Task instructions
Could you find every line in the entries below that holds the word "Intelnal" and copy it?
_____
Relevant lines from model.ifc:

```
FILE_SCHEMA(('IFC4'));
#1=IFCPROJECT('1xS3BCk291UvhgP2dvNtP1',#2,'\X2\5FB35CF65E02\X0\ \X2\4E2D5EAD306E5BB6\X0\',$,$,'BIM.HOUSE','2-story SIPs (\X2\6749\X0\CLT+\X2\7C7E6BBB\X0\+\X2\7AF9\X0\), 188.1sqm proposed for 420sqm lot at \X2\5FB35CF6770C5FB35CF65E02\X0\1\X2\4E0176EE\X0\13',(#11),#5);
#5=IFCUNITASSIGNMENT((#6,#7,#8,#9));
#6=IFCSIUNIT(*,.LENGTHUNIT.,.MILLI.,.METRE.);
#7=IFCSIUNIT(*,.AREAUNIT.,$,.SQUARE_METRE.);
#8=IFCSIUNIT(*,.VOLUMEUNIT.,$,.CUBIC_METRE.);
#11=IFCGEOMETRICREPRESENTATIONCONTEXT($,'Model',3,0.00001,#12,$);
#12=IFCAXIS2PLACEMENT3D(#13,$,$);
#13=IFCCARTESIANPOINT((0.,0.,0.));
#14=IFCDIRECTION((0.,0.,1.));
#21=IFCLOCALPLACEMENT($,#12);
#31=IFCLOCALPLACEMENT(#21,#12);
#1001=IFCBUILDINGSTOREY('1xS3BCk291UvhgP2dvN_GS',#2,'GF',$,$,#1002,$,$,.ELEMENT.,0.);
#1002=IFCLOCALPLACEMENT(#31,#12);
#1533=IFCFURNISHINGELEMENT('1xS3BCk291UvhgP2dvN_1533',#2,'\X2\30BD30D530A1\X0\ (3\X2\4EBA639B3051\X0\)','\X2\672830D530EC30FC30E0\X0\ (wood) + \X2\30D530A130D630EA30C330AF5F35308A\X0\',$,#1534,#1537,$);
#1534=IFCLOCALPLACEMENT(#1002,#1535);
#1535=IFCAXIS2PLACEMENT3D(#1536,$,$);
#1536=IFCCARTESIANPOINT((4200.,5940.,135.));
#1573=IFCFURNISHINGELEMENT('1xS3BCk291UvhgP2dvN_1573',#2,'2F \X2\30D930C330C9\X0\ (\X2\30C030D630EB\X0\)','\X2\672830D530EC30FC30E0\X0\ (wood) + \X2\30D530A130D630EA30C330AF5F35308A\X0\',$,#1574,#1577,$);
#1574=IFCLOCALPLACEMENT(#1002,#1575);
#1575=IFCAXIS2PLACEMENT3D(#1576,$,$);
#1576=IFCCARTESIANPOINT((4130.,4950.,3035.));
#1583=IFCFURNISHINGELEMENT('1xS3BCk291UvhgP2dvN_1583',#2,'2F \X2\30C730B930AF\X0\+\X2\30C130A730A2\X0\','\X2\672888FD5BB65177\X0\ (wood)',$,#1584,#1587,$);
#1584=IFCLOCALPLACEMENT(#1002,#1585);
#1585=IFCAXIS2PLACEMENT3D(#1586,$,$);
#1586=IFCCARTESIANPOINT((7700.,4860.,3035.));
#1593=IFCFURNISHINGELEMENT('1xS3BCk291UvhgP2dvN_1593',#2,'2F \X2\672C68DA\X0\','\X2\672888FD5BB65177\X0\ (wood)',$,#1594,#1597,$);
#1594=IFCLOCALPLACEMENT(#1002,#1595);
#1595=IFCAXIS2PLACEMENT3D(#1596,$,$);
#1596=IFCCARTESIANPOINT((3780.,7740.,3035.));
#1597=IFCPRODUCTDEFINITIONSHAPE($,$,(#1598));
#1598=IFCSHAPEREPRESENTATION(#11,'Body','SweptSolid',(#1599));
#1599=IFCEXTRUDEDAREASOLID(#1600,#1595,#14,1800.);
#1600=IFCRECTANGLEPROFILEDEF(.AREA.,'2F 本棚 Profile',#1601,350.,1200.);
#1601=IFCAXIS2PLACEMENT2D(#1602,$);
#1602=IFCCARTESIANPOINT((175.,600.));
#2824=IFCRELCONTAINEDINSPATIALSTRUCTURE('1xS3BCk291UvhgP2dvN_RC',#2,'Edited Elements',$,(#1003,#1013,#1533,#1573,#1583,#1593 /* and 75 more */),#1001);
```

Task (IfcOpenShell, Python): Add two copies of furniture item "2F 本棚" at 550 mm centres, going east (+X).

```python
import numpy as np
import ifcopenshell
import ifcopenshell.api.geometry
import ifcopenshell.api.root
import ifcopenshell.util.element
import ifcopenshell.util.placement
import ifcopenshell.util.unit

model = ifcopenshell.open("model.ifc")
unit_scale = ifcopenshell.util.unit.calculate_unit_scale(model)


def reuse_history(source, copy):
    """copy_class also copies each property set's owner history, people and application; keep the originals."""
    for rel in copy.IsDefinedBy:
        if rel.is_a("IfcRelDefinesByProperties") and (history := rel.RelatingPropertyDefinition.OwnerHistory):
            rel.RelatingPropertyDefinition.OwnerHistory = source.OwnerHistory
            ifcopenshell.util.element.remove_deep2(model, history)


source = model.by_guid("1xS3BCk291UvhgP2dvN_1593")
base = ifcopenshell.util.placement.get_local_placement(source.ObjectPlacement)
step = np.array([1.0, 0.0, 0.0]) * 0.55 / unit_scale

for i in range(1, 3):
    copy = ifcopenshell.api.root.copy_class(model, product=source)
    copy.Representation = ifcopenshell.util.element.copy_deep(
        model, source.Representation, exclude=["IfcGeometricRepresentationContext", "IfcRepresentationMap"]
    )
    reuse_history(source, copy)
    matrix = base.copy()
    matrix[:3, 3] += i * step
    print("added at", matrix[:3, 3].round(3) + 0.0)
    ifcopenshell.api.geometry.edit_object_placement(model, product=copy, matrix=matrix, is_si=False)

model.write("model-out.ifc")
```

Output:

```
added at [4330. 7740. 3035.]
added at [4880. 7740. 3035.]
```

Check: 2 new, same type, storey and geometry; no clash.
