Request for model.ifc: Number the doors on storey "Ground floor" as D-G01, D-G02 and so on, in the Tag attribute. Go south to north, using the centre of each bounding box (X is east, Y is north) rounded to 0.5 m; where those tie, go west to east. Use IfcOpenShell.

First a look at what the model holds.

```python
import ifcopenshell
import ifcopenshell.util.element
import ifcopenshell.util.placement

model = ifcopenshell.open("model.ifc")
print(model.schema)
storey = next(s for s in model.by_type("IfcBuildingStorey") if s.Name == "Ground floor")
doors = [e for e in ifcopenshell.util.element.get_decomposition(storey) if e.is_a("IfcDoor")]
for e in sorted(doors, key=lambda e: e.id()):
    origin = ifcopenshell.util.placement.get_local_placement(e.ObjectPlacement)[:3, 3]
    print(e.id(), e.Tag, e.Name, origin.round(2) + 0.0, sep=" | ")
```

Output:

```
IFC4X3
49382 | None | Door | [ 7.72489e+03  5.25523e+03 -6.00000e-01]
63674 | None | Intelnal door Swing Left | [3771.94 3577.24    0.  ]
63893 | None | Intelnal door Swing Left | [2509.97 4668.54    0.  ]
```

```python
import ifcopenshell
import ifcopenshell.geom
import ifcopenshell.util.element
import ifcopenshell.util.shape

model = ifcopenshell.open("model.ifc")
settings = ifcopenshell.geom.settings()
settings.set("use-world-coords", True)


def centre(element):
    shape = ifcopenshell.geom.create_shape(settings, element)
    return ifcopenshell.util.shape.get_bbox_centroid(shape.geometry)


storey = next(s for s in model.by_type("IfcBuildingStorey") if s.Name == "Ground floor")
doors = [e for e in ifcopenshell.util.element.get_decomposition(storey) if e.is_a("IfcDoor")]

# Insertion points can sit at a corner or the storey origin, so sort by the geometry (in metres).
centres = {e: centre(e) for e in doors}
doors.sort(key=lambda e: (round(centres[e][1] / 0.5), centres[e][0]))

for i, e in enumerate(doors, start=1):
    number = f"D-G{i:02d}"
    e.Tag = number
    print(e.id(), number)

model.write("model-out.ifc")
```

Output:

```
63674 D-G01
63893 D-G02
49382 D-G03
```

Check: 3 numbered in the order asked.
_____
Response
63674 | None | Intelnal door Swing Left | [3771.94 3577.24    0.  ]
63893 | None | Intelnal door Swing Left | [2509.97 4668.54    0.  ]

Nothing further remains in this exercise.